# [About this exercise]
Find the string "IFCCARTESIANPOINT" in the listing and report every line that has it.

# [Recorded data]

[Start of Attachment]

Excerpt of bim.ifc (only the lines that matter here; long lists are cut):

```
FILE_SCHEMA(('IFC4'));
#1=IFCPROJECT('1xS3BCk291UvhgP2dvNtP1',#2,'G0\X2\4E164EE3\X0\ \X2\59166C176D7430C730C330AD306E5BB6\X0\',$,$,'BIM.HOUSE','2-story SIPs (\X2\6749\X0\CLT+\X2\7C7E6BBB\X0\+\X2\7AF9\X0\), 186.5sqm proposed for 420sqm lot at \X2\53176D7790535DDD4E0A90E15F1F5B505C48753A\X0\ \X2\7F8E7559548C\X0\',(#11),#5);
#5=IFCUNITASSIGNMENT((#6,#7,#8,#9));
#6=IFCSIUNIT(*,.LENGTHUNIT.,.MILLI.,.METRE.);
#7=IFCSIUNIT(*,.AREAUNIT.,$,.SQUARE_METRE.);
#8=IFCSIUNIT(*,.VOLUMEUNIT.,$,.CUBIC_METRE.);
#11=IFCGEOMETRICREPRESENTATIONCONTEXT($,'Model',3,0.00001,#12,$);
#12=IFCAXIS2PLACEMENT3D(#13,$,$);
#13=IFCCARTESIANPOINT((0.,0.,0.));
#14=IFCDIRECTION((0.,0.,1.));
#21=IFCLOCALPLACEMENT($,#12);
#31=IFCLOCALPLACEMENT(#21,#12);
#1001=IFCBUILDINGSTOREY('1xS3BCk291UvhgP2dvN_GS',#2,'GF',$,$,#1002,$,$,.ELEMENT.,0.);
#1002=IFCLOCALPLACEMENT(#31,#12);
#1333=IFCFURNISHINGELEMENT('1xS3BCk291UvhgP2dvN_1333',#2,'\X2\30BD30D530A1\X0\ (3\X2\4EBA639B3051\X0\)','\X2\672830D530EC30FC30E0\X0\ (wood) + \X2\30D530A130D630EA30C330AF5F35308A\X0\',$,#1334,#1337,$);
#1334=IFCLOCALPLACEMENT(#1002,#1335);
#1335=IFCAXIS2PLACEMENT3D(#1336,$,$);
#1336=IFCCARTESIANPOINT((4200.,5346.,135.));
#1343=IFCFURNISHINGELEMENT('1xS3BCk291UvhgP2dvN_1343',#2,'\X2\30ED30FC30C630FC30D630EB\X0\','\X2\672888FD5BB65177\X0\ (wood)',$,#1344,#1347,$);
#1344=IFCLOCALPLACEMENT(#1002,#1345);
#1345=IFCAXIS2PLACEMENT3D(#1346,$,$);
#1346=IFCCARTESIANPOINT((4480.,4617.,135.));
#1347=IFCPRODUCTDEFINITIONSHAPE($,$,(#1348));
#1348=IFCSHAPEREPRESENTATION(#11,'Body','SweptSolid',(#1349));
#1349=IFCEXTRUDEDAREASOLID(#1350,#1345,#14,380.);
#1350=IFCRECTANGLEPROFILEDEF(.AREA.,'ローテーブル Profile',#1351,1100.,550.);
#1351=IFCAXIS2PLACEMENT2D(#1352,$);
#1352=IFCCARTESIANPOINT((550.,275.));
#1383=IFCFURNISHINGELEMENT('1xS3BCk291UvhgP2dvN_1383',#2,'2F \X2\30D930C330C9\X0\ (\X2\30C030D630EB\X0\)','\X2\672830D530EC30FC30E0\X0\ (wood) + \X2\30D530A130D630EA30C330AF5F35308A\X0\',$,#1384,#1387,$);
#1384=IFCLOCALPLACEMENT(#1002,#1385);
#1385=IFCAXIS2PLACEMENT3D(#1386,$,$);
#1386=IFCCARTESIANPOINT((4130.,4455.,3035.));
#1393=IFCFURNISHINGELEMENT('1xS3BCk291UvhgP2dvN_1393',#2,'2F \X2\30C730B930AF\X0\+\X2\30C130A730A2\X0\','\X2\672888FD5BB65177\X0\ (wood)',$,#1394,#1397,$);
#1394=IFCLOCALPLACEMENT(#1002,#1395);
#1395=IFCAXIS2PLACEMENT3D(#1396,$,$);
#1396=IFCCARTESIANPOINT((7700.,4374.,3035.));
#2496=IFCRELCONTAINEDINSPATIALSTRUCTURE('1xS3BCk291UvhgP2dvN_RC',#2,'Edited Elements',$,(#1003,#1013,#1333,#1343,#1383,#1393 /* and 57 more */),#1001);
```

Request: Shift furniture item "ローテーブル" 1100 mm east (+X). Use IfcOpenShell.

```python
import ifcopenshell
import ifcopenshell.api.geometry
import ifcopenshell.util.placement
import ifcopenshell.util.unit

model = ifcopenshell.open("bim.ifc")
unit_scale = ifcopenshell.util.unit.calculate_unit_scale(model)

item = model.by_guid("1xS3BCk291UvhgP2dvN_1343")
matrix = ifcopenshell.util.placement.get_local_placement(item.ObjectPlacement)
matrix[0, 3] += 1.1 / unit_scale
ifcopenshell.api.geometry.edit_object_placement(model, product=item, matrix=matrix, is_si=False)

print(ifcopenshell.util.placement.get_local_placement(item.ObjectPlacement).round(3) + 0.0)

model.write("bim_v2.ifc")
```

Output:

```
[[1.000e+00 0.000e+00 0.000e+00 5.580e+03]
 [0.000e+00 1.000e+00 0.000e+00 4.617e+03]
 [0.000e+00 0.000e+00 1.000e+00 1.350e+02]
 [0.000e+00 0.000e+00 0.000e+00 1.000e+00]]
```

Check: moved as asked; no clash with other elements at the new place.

[End of Attachment]

# [Solution to the problem]
#13=IFCCARTESIANPOINT((0.,0.,0.));
#1336=IFCCARTESIANPOINT((4200.,5346.,135.));
#1346=IFCCARTESIANPOINT((4480.,4617.,135.));
#1352=IFCCARTESIANPOINT((550.,275.));
#1386=IFCCARTESIANPOINT((4130.,4455.,3035.));
#1396=IFCCARTESIANPOINT((7700.,4374.,3035.));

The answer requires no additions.